Hey, I checked the search and found some great ideas...but I still have one question. I really like the look of the mesh grill, but I need some more information. What is the mesh material, and where can you buy it? Can it be obtained in fairly small amounts? Thanks for any information...


----------



## PrOxLaMuS© (Aug 11, 2002)

you can check your local AutoZone.. and they have Mesh... but its like $40-50 bux...
most people get GutterGuard Mesh... from your hardware store... which is really cheap.....
Hmm... let me think.... you can also go online and find mesh for cars.. but its a bit expensive.....

Best bet is to get gutter mesh


----------



## PrOxLaMuS© (Aug 11, 2002)

http://phattyb13.nissanpower.com/photo2.html
Check out that grill.. very original... sooo much u can do man......


----------



## Mack (Mar 18, 2003)

Wow, that grill looks nice...I'm considering cutting out the horizontal "beams" on my grill and putting some of that mesh in instead. I have a charcoal gray Sentra and I think a white mesh grill would look sweet. 

What color does that Gutter Guard stuff come in? Is it fairly thin, as in is it easy to bend? I'd like to keep the cost down, so I probably won't go with the $40 to $50 stuff. Thanks for the info.


----------



## sno (Oct 4, 2002)

it's cheap, easy to cut, easy to bend, yadda yadda yadda.  just don't paint it white if you have a grey sentra, leave it the steel metal color it comes in.


----------



## Mack (Mar 18, 2003)

Hey, thanks for the heads up on that Gutter Guard, that stuff is amazing. It's fairly easy to work with, and I already have a custom grill...now for some painting - not the mesh of course.

I'd highly reccomend this stuff to anyone else who's interested. Heck, pick up a few sheets for $1.40 while you're at it - just in case you, you know, mess up.


----------



## PrOxLaMuS© (Aug 11, 2002)

man I'd love to go out... but right now I am trapped in 3 1/2ft of snow...
It is now illegal to drive in my city now 

Someday.. if I can ever see the roof of my car, I'll dig it out, and buy some mesh


----------



## Mack (Mar 18, 2003)

This is kind of a random question, but has anyone ever purchased the stock B13 Sentra grill from a salvage yard? How much is it?

...I'm not really in the market, since I am currently putting the finishing touches on my "all new" custom grill design (ha!), but I have been envisioning some more radical designs that include, but are not limited to, cutting, sawing, and other drastic changes to the good 'ol factory grill. It's just that I would rather do my experiments on some other grill, for obvious reasons. Just thought I'd ask. The salvage yards around here are, well, ghetto to say the least, and I avoid going there except for very necessary occasions...


----------



## B132nr (Jul 20, 2002)

Im not trying to be a smart ass but how ghetto can a junkyard be. I mean its a junkyard. Seriuosly I have only been to about 2 junkyards and I wouldn't know a ghetto junkyard if I saw one.

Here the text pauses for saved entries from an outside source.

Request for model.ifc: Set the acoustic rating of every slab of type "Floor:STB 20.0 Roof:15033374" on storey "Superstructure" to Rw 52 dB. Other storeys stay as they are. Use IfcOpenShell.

First a look at what the model holds.

```python
import ifcopenshell
import ifcopenshell.util.element

model = ifcopenshell.open("model.ifc")
print(model.schema)
storey = next(s for s in model.by_type("IfcBuildingStorey") if s.Name == "Superstructure")
slabs = [e for e in ifcopenshell.util.element.get_decomposition(storey) if e.is_a("IfcSlab")]
seen = {}
for e in slabs:
    element_type = ifcopenshell.util.element.get_type(e)
    key = (element_type.Name if element_type != e and element_type else None, ifcopenshell.util.element.get_pset(e, "Pset_SlabCommon", "AcousticRating"))
    seen[key] = seen.get(key, 0) + 1
for (name, value), count in sorted(seen.items(), key=str):
    print(count, "x", name, "|", value)
```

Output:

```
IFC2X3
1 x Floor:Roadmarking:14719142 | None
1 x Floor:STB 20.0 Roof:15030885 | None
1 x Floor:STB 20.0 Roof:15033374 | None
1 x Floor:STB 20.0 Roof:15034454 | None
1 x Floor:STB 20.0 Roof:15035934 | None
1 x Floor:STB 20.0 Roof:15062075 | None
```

```python
import ifcopenshell
import ifcopenshell.api.pset
import ifcopenshell.util.element

model = ifcopenshell.open("model.ifc")

storey = next(s for s in model.by_type("IfcBuildingStorey") if s.Name == "Superstructure")
slabs = [e for e in ifcopenshell.util.element.get_decomposition(storey) if e.is_a("IfcSlab")]

count = 0
for e in slabs:
    element_type = ifcopenshell.util.element.get_type(e)
    if element_type in (None, e) or element_type.Name != "Floor:STB 20.0 Roof:15033374":
        continue
    # add_pset returns the element's existing set when there is one.
    pset = ifcopenshell.api.pset.add_pset(model, product=e, name="Pset_SlabCommon")
    ifcopenshell.api.pset.edit_pset(model, pset=pset, properties={"AcousticRating": "Rw 52 dB"})
    count += 1

print(count, "slabs updated")

model.write("model_updated.ifc")
```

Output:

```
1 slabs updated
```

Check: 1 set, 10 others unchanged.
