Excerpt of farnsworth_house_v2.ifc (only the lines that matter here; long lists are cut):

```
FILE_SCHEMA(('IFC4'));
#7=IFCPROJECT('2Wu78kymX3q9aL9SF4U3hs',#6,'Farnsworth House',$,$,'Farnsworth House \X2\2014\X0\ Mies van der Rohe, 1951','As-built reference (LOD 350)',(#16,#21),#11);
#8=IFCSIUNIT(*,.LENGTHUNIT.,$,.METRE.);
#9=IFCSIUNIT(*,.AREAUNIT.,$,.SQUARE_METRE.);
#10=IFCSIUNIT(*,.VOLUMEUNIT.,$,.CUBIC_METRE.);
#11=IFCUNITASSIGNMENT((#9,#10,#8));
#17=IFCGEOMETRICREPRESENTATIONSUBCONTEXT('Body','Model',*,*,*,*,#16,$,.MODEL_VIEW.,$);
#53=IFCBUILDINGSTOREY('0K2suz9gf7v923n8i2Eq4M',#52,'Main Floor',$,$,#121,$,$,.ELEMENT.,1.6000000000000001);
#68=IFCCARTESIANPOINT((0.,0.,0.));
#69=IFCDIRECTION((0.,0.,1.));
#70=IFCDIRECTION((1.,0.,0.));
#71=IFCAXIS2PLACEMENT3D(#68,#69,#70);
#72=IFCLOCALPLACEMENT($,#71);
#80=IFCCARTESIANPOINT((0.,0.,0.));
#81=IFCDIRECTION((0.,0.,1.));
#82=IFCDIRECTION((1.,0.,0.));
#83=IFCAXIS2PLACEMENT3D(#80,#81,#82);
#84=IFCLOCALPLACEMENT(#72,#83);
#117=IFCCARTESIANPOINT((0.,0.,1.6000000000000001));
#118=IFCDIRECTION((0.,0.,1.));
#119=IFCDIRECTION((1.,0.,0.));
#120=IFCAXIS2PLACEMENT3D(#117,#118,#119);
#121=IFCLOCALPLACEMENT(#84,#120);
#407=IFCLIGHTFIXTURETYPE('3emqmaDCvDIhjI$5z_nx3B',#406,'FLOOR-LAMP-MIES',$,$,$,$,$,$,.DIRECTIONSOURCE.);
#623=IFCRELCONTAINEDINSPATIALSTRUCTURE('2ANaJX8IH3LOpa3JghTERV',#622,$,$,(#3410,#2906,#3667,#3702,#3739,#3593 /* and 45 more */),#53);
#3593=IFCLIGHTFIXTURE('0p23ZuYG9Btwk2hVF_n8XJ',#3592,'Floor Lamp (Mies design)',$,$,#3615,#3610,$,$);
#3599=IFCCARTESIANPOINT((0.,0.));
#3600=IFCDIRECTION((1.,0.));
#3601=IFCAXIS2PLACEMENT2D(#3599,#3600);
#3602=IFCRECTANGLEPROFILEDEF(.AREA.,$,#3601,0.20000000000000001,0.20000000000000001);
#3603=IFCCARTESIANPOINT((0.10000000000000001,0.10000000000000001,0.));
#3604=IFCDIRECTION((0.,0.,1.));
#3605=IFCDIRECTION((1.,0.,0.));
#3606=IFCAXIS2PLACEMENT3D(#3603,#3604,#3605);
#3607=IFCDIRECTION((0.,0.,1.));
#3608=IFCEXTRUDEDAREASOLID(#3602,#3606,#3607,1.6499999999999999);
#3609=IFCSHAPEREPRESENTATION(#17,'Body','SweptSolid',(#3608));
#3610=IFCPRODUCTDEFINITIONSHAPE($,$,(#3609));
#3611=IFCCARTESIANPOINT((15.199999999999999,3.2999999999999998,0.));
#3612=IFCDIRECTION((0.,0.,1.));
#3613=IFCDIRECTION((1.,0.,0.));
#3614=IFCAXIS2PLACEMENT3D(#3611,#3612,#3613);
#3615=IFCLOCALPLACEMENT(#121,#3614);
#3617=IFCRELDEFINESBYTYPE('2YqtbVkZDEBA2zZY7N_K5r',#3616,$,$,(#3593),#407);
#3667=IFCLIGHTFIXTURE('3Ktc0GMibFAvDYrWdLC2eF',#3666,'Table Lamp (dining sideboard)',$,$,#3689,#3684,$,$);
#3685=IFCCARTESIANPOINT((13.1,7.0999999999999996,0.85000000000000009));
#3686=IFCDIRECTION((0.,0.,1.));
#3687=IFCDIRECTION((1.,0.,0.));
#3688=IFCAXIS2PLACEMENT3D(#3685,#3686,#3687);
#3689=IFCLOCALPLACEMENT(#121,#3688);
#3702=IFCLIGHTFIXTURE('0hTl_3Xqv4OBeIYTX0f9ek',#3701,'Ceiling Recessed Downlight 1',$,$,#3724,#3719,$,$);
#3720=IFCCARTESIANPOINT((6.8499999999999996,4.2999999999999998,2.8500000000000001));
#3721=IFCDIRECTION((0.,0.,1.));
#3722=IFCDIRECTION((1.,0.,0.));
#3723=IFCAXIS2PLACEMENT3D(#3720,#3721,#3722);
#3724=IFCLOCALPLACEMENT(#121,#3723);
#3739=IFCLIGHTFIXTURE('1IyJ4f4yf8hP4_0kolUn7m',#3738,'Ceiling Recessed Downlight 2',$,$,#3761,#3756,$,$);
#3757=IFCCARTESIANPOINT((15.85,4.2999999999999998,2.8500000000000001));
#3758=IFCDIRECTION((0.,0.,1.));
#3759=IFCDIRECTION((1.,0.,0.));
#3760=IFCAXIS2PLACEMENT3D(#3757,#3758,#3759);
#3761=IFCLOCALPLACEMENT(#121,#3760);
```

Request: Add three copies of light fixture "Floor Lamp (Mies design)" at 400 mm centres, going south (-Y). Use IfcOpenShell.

```python
import numpy as np
import ifcopenshell
import ifcopenshell.api.geometry
import ifcopenshell.api.root
import ifcopenshell.util.element
import ifcopenshell.util.placement

model = ifcopenshell.open("farnsworth_house_v2.ifc")


def reuse_history(source, copy):
    """copy_class also copies each property set's owner history, people and application; keep the originals."""
    for rel in copy.IsDefinedBy:
        if rel.is_a("IfcRelDefinesByProperties") and (history := rel.RelatingPropertyDefinition.OwnerHistory):
            rel.RelatingPropertyDefinition.OwnerHistory = source.OwnerHistory
            ifcopenshell.util.element.remove_deep2(model, history)


source = model.by_guid("0p23ZuYG9Btwk2hVF_n8XJ")
base = ifcopenshell.util.placement.get_local_placement(source.ObjectPlacement)
step = np.array([0.0, -1.0, 0.0]) * 0.4

for i in range(1, 4):
    copy = ifcopenshell.api.root.copy_class(model, product=source)
    copy.Representation = ifcopenshell.util.element.copy_deep(
        model, source.Representation, exclude=["IfcGeometricRepresentationContext", "IfcRepresentationMap"]
    )
    reuse_history(source, copy)
    matrix = base.copy()
    matrix[:3, 3] += i * step
    print("added at", matrix[:3, 3].round(3) + 0.0)
    ifcopenshell.api.geometry.edit_object_placement(model, product=copy, matrix=matrix, is_si=False)

model.write("farnsworth_house_v2-out.ifc")
```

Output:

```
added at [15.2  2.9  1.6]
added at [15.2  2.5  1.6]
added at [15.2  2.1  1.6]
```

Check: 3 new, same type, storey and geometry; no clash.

But I dont think a grill would be more then $5-$10. I was thinking about doing the same thing but I'd hate to get a red grill for my white car or have to go paint it. It's just a minor change to my car to do all that work. To me I rather be working on making my car faster then looking better. But thats just me. I do like the mesh grill look I am just to lazy to do it, I guess.


----------



## 95 SentraB13 (Jun 14, 2002)

_"man I'd love to go out... but right now I am trapped in 3 1/2ft of snow...
It is now illegal to drive in my city now"_

That's a first, how much snow did you get PrOxLaMuS© ?
Two years ago we had 20' of snow for the whole winter, this year about 15', and there was never a state of emergency called nor was it considered illegal to drive. Of course, people were advised to stay off the roads, but that's all.


----------



## Mack (Mar 18, 2003)

Well, I'm not really trying to be a smart ass either, but I did say salvage yard - and I have been to some (when I lived in Kansas) that were actually very organized, had accurate computer inventory systems, and the entire property was well kept. Now compare that to the part of town in Tulsa where most of the salvage yards are - it just so happens to be the part of town with a really bad crime problem. Because I've been to comparitively "nice" yards I don't think that it is fair to say that "salvage yard" and "ghetto" are synonymous...at least not in some towns/areas...

...anyway, if they were $5 to $10 that would be great. I'd be willing to pay that just to have one to really tear up.


----------